1. - La FER, puis l’AJS (OCI) nous ont habitué à une pratique qu’on peut qualifier de fascisante dans un sens nouveau : à savoir la domination d’un groupe militaire bien organisé sur des adhérents passifs sinon inexistants et la suppression, quand ils le peuvent, de tous ceux qui n’adhèrent pas a ce qui a été décidé par l’AJS (OCI)
2. - Le terme de "service d’ordre" est révélateur de leurs fonctions (mais il ne s’agit pas seulement ici de l’OCI) : il ne s’agit pas d’assurer la sécurité des participants à une intervention ou à une manifestation ou à une interven­tion, mais de garantir le bon déroule­ment des "opérations" tout en répri­mant les velléités de violence générale­ment justifiées de ceux qui ne consi­dèrent pas les manifestations comme une procession religieuse. Les services d’ordre cognent ainsi contre tous ceux qui en veulent pour disparaitre quand les flics se manifestent.

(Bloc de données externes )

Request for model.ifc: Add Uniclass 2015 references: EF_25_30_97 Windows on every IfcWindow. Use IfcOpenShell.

First a look at what the model holds.

```python
import ifcopenshell

model = ifcopenshell.open("model.ifc")
print(model.schema)
print("classifications:", [c.Name for c in model.by_type("IfcClassification")])
for ifc_class in ("IfcDoor", "IfcRoof", "IfcStair", "IfcWall", "IfcWindow"):
    print(ifc_class, len(model.by_type(ifc_class)))
```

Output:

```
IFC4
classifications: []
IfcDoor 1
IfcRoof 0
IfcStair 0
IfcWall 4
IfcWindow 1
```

```python
import ifcopenshell
import ifcopenshell.api.classification

model = ifcopenshell.open("model.ifc")

system = ifcopenshell.api.classification.add_classification(model, classification="Uniclass 2015")

codes = {
    "IfcWindow": ("EF_25_30_97", "Windows"),
}
for ifc_class, (code, name) in codes.items():
    products = model.by_type(ifc_class)
    ifcopenshell.api.classification.add_reference(
        model, products=products, classification=system, identification=code, name=name
    )
    print(code, len(products))

model.write("model_v2.ifc")
```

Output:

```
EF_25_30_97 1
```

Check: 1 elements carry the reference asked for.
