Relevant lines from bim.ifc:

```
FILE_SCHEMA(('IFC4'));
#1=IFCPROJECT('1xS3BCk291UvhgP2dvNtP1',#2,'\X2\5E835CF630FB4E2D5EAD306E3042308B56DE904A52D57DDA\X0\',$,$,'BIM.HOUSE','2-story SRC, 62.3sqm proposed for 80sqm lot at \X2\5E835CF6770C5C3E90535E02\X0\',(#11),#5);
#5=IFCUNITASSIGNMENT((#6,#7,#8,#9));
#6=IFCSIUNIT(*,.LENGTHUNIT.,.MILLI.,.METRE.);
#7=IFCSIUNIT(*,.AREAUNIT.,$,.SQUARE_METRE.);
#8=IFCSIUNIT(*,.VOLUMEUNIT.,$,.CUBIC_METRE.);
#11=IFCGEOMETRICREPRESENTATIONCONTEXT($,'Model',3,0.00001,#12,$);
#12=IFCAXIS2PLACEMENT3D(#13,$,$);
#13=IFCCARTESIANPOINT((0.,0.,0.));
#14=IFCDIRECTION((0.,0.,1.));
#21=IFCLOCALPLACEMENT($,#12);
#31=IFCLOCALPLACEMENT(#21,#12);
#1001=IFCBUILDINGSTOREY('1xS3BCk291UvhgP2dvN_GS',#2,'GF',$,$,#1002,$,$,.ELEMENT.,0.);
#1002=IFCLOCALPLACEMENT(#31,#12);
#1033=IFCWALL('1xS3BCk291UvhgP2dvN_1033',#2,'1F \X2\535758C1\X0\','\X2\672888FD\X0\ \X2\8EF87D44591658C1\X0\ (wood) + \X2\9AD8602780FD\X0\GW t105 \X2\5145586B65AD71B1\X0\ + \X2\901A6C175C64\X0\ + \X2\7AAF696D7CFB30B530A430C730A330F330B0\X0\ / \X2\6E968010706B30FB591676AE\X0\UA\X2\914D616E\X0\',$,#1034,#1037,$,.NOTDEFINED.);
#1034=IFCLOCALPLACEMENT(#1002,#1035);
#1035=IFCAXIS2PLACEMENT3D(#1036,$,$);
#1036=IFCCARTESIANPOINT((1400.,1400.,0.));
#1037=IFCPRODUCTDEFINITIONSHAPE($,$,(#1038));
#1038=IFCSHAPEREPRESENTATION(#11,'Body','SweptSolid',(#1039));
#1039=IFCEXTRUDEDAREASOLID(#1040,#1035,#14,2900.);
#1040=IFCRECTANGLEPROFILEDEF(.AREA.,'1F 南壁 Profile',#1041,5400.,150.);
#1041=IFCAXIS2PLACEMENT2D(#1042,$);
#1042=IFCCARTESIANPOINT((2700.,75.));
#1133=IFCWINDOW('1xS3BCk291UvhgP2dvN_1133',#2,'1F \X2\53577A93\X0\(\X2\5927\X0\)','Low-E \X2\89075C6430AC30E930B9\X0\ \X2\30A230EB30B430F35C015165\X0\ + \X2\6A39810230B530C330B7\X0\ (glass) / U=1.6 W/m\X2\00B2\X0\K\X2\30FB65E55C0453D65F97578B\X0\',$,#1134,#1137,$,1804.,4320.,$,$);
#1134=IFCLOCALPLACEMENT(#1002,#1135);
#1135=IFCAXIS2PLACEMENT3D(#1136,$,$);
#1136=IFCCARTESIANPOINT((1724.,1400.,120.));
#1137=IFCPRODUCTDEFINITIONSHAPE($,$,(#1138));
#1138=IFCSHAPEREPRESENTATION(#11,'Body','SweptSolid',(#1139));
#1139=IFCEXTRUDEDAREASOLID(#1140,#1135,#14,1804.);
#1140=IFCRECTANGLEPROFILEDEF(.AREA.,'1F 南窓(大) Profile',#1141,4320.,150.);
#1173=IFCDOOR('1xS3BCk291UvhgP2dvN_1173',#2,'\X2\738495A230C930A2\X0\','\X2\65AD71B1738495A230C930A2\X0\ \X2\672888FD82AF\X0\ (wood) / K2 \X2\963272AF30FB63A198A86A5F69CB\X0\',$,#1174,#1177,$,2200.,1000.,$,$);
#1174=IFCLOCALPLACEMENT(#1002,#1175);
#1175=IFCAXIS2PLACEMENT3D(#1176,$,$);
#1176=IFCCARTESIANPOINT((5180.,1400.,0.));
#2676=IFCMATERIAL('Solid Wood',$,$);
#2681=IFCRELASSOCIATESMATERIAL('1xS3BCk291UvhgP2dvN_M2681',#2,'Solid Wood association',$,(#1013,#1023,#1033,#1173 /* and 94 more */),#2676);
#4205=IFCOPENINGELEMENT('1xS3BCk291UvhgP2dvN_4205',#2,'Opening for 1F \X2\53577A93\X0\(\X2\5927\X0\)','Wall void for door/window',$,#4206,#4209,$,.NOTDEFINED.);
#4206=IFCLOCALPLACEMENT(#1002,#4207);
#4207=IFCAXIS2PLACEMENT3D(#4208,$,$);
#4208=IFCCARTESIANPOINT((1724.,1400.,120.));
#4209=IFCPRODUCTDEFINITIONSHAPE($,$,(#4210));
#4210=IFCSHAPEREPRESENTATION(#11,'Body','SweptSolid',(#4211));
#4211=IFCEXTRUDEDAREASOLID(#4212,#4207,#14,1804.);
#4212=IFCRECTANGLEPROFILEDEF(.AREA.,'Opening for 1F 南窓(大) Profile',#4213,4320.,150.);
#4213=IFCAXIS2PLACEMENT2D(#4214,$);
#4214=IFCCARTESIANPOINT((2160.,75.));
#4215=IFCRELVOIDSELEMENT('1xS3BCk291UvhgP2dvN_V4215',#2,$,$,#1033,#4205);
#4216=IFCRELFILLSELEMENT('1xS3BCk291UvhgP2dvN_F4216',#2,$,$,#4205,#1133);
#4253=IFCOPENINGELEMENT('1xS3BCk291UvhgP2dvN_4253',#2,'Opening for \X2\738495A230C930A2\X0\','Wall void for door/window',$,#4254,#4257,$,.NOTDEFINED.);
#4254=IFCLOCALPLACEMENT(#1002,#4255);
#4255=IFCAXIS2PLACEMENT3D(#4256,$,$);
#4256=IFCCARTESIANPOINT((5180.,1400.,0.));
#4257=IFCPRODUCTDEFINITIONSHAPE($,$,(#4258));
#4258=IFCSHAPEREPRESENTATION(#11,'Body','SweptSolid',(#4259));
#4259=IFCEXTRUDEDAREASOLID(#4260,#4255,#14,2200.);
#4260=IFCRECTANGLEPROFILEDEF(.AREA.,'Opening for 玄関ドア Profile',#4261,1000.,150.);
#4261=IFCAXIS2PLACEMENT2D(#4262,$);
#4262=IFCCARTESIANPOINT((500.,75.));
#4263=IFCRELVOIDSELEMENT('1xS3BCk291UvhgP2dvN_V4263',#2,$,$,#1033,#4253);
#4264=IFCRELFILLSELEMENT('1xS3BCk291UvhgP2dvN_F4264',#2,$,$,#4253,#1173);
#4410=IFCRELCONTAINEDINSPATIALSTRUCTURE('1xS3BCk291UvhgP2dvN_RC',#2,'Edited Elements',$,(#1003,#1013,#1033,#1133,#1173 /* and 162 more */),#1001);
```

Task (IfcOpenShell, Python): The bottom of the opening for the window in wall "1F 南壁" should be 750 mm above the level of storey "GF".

```python
import numpy as np
import ifcopenshell
import ifcopenshell.api.geometry
import ifcopenshell.geom
import ifcopenshell.util.element
import ifcopenshell.util.placement
import ifcopenshell.util.shape
import ifcopenshell.util.unit

model = ifcopenshell.open("bim.ifc")
unit_scale = ifcopenshell.util.unit.calculate_unit_scale(model)

window = model.by_guid("1xS3BCk291UvhgP2dvN_1133")
opening = window.FillsVoids[0].RelatingOpeningElement
storey = ifcopenshell.util.element.get_container(window, ifc_class="IfcBuildingStorey")
level = ifcopenshell.util.placement.get_local_placement(storey.ObjectPlacement)[2, 3]

# The opening's origin need not be at the sill, so measure its lowest point.
shape = ifcopenshell.geom.create_shape(ifcopenshell.geom.settings(), opening)
bottom = ifcopenshell.util.shape.get_shape_bottom_elevation(shape, shape.geometry) / unit_scale
dz = level + 750.0 - bottom

shift = np.array([0.0, 0.0, dz])
# The window is not placed relative to its opening, so move both.
for product in (opening, window):
    matrix = ifcopenshell.util.placement.get_local_placement(product.ObjectPlacement)
    matrix[:3, 3] += shift
    ifcopenshell.api.geometry.edit_object_placement(model, product=product, matrix=matrix, is_si=False)

print(f"moved by {dz * unit_scale:+.3f} m")

model.write("bim-out.ifc")
```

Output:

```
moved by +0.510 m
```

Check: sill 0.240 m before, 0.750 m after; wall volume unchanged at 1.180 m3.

3. - Lors de la manifestation qui était arrêtée à la hauteur du Pont Sully près de la Halles aux Vins (Jussieu) l’AJS a cru bon d’agresser des cama­rades ; le même jour les mêmes cama­rades ont jugé que le fascisme "de gauche" n’avait rien à envier à son ho­monyme de droite. Il ne s’agit pas là d’un dévoiement de la violence, d’une confusion entre objectifs réels et cibles de compensation, mais de la consé­quence du constat suivant : nous refu­sons les fascistes de tout poil, surtout lorsqu’ils ont la prétention de faire partie du mouvement révolutionnaire.
4. - C’est uniquement parce que le service de maintenance de l’AJS avait cru bon de nous agresser que nos ca­marades ont décidé de leur appliquer les mêmes méthodes : puisqu’ils nous rentraient dedans ; leur rentrer dedans à notre tour.
5. - Reste posée la question des SO ? Sommes nous contre tous les SO ? Non. Autant il est correct d’assurer à des manifestants démunis une pro­tection contre les agressions tant des flics que des fascistes ou des provoca­teurs éventuels ce qui impliquerait un service de protection avec les réserves politiques qu’il convient d’émettre ; autant il faut dénoncer les services d’ordre de leurs organisations respectives, de bousiller tout ce qui leur échappe et de substituer à la réalité le cassage de gueule.